Saturday, January 22, 2011

Esophageal Hematoma

Esophageal Hematoma

    
* Introduction
    
* Diagnosis
    
* Treatment
Esophageal hematoma is accumulation of blood between the layers of the esophageal wall, a rare pathological condition that can be spontaneous or secondary trauma or medical intervention. Esophageal hematoma associated with esophageal perforation and septic complications: mediastinitis and abscess. The mortality rate is 10-20%. Approximately 80% of the intramural hematomas occur in women. Middle-aged women are affected.
Conservative therapy results in excellent prognosis. Esophageal hematoma usually resolves in weeks -2 to 3 without long term sequelae. Surgery is indicated only in patients with persistent massive haematemesis.
Pathogens.
Vomiting can lead to increased pressure it causes cracks in the lining intraesofagiene (Mallory-Weis Syndrome), transmural perforation (Boerhaave syndrome) or intramural hematoma. Bleeding occurs in the submucous tissue. Achalasia, an esophageal disease is rare in patients with intrinsic esophageal hematoma. Esophageal hematoma can occur in different location of the esophagus. The mechanism can determine the location of the hematoma. For example hematoma by vomiting may occur in the region gastroesophageal junction and a hematoma by ingestion of caustic substances may occur at the point of collapse.
Causes and risk factors.
Esophageal hematoma typically appears during repeated vomiting and although there have been reports of spontaneous hematomas, especially in patients with bleeding disorders.
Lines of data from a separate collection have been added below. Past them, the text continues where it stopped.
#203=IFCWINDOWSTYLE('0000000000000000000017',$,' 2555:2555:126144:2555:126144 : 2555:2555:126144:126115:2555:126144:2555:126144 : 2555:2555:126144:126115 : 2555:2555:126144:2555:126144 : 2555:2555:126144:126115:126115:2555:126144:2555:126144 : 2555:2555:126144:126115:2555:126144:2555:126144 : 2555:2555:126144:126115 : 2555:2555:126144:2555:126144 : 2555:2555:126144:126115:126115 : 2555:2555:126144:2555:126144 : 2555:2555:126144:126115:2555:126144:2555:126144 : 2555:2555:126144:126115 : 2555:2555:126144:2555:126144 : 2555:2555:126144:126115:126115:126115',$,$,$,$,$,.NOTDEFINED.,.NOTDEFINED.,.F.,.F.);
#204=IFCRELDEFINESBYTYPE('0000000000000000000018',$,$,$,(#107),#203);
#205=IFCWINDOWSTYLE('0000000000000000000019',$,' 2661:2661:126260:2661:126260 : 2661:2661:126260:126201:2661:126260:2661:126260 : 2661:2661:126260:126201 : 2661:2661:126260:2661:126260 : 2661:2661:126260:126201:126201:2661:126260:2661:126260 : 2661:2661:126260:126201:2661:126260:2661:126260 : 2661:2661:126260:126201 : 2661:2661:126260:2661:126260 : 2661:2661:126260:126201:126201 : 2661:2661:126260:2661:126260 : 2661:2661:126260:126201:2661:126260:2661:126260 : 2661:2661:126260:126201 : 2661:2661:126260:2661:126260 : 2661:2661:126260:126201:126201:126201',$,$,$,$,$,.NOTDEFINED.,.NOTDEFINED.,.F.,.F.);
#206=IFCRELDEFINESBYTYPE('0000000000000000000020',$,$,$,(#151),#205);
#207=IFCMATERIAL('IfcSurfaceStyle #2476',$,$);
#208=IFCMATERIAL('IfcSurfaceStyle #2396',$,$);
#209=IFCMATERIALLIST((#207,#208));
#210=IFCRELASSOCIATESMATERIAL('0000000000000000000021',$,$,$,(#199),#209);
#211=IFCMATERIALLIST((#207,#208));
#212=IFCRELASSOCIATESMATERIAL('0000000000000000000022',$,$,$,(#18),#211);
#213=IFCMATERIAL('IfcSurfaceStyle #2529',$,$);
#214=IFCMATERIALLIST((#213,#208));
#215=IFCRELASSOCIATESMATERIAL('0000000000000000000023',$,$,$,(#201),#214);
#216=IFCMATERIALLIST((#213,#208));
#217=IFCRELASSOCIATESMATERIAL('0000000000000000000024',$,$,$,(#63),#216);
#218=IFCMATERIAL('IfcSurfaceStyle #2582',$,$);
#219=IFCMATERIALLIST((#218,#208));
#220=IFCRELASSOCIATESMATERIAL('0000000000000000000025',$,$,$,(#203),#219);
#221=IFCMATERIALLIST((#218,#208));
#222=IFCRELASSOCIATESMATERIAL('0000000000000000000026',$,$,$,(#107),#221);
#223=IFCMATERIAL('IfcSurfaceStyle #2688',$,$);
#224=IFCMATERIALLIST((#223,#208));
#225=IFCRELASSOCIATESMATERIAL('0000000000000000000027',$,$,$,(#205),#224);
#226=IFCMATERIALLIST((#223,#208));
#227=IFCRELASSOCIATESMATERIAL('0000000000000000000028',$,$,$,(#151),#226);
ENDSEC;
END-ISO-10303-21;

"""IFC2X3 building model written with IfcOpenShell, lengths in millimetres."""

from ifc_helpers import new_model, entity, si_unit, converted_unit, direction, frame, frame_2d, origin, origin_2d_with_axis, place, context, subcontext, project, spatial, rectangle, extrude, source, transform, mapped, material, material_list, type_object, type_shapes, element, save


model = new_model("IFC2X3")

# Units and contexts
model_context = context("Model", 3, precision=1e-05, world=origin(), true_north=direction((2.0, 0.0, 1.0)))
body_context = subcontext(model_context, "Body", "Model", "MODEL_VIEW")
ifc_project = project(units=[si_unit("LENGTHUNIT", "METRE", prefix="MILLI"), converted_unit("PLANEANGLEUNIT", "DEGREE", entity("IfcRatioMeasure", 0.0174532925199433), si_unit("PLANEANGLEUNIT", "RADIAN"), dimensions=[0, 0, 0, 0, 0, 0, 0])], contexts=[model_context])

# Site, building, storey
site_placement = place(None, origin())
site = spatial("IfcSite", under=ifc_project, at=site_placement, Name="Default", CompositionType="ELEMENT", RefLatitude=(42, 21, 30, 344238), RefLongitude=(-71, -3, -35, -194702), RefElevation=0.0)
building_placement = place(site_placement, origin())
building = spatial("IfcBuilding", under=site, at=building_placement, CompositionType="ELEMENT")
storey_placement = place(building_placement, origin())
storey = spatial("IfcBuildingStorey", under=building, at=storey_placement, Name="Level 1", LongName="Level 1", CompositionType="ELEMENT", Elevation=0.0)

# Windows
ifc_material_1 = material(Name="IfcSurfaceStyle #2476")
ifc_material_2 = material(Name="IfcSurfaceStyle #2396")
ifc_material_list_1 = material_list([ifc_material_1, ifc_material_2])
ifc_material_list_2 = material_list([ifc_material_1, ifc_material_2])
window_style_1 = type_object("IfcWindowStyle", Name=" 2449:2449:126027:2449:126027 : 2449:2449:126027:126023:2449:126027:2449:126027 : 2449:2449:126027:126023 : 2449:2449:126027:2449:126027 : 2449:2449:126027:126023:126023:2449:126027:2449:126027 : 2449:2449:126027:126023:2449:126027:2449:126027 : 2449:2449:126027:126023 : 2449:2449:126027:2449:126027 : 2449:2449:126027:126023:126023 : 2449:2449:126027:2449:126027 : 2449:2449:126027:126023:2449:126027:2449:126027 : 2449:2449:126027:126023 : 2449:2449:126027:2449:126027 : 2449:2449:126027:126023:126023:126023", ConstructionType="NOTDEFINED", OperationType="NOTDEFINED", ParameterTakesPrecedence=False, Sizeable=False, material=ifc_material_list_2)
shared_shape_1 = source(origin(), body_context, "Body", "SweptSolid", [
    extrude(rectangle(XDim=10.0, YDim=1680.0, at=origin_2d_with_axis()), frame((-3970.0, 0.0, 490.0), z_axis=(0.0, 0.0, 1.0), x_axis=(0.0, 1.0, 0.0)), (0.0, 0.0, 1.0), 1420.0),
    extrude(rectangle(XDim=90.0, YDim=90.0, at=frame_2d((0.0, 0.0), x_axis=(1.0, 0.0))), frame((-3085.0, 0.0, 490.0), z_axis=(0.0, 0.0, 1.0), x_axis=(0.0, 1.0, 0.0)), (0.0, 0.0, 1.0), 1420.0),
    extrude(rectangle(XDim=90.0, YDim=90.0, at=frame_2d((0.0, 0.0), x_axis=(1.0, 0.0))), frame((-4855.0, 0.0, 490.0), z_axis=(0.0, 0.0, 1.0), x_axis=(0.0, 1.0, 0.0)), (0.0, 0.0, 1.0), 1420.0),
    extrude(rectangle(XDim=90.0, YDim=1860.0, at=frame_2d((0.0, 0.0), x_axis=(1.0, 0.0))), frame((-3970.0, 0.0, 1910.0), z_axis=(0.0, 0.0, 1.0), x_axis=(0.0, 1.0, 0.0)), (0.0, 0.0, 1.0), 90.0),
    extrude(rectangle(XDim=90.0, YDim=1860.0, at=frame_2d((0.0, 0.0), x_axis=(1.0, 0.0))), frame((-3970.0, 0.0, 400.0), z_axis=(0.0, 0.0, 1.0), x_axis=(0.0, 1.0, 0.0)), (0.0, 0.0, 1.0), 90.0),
Precipitating or predisposing factors for esophageal hematoma include the following: Such as hemophilia, coagulopathy or taking anticoagulants or aspirin -Instrumentation such as endoscopy or sclerotherapy variceal -Ingestion of foreign bodies, chest trauma Food-injuries as a result of abrasive trauma -Cardioversion and secondary anticoagulative -Ingestion of toxins.
Signs and symptoms.
Spontaneous intramural esophageal hematoma usually present with severe epigastric or chest pain with or without irradiation. Pain is described as having a sudden onset and is aggravated by swallowing. Complete physical examination is necessary. The patient is asked to drink a glass of water to trigger symptoms of dysphagia. This test can help distinguish between cardiac chest pain and esophageal pain. Search this crepitantelor palpation suggesting the presence of air under the skin along the neck, back and chest to exclude esophageal perforation. If the hematoma is associated with septic complications such as perforation occur and abscess mediastinitis. Esophageal perforation mortality is 10-20%.